I think she looks like she'd make a good little reined, to be honest.
_Posted via Mobile Device_


----------



## waresbear (Jun 18, 2011)

If she has the Zan Par breeding, she is a good pleasure horse who can rein. To me, she looks pleasure, horsemanship all the way.


----------



## emilienrocket (Jan 10, 2012)

heres her pedigree
Zan Be Sassy Cr Quarter Horse

i know she would be good in pleasure i just dont really like it lol im going to continue doing a few WP classes with her next summer but reining is what im traning her for  and her sire is a good reiner that my friend competes with so if shes anything like him ill be happy.


----------



## Endiku (Dec 6, 2010)

It might be the opposite of long back then, just really short legs? Or even camera angle. Something about her looks disporportionate to me.


----------



## tinyliny (Oct 31, 2009)

nice mare. Her back is not long to me. However, her SI joint point is behind her point of hip, so maybe not the strongest of coupling pelvis to back. Great neck and shoulder. Gorgeous head. back legs have good hocks, low canons, a bit light on the canon bone and short pasturns with smallish hooves. 
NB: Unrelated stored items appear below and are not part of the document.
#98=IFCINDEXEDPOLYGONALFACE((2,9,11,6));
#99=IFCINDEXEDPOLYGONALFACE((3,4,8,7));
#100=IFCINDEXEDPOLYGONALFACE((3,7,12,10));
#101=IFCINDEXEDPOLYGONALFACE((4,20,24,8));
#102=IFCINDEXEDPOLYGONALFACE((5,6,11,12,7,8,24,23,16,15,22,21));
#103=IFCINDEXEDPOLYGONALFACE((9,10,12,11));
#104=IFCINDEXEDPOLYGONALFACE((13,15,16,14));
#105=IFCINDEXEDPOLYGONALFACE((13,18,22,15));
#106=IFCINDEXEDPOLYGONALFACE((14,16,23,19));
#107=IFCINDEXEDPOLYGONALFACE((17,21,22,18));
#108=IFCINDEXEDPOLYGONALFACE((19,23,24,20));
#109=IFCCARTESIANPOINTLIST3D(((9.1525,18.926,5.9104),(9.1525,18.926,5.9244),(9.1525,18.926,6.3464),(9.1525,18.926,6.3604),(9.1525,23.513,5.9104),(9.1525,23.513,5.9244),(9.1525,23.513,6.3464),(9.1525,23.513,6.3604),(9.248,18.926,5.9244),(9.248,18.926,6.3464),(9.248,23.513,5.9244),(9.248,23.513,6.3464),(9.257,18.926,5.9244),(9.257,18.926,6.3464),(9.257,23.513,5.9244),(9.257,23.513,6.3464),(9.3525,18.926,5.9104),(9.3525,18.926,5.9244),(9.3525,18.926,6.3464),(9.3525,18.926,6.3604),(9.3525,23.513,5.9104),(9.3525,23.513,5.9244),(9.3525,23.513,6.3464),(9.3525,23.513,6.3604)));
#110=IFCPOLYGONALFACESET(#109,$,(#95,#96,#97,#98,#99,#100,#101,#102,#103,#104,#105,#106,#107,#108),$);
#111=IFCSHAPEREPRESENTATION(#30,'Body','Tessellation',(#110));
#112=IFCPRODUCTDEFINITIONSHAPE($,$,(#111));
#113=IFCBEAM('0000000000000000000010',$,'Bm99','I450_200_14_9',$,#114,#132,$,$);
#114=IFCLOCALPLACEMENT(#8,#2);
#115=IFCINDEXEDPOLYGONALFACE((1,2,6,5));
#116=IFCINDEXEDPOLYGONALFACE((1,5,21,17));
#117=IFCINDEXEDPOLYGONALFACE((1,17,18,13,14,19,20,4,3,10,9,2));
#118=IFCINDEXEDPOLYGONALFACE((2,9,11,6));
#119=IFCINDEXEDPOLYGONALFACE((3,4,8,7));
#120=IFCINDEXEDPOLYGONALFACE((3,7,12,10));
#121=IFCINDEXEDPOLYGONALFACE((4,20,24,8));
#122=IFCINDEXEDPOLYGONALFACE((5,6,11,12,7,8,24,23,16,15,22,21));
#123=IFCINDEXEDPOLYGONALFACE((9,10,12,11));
Front legs are the "odd" spot to me. LEft front is toed out and the knee is a bit tied in, even looks almost puffy on the front of the knee. canons are short.


Overall, pretty nice mare.


----------



## Allegro (Nov 16, 2012)

She has A nice shoulder, but there are several things about this horse that are red flags to me. Her actual back isn't long, but she is very long and weak in the coupling. She also appears goose rumped and sickle hocked. Also she is tied in at the knee. All of these issues are pretty severe which leads me to question the long term soundness of this horse. I honestly think she would not be able to withstand the athletic strain of competition.


----------



## Elana (Jan 28, 2011)

She is long and weak through the coupling. If her Peak of Croup were about 3 inches further forward that would be really nice. She could stand a bit more through the hip. She does toe out. 

She has an absolutely lovely front end.. very breedy. Her hind legs look like they might be a tad straight thru the hocks. Her feet are a bit small.

I would love to see this mare trotting up long steep hills on every ride 6 days a week as part of her training.. and a new photo in 3 months. I bet she would look MUCH better.


----------



## emilienrocket (Jan 10, 2012)

thanks for the replies guys


----------



## GotaDunQH (Feb 13, 2011)

Wow, with that pedigree she sure is bred to be a reiner. I mean, you have Brennas Kid and the Zan line...couldn't ask for much better.


----------



## emilienrocket (Jan 10, 2012)

thanks  i wanted to here something like that


----------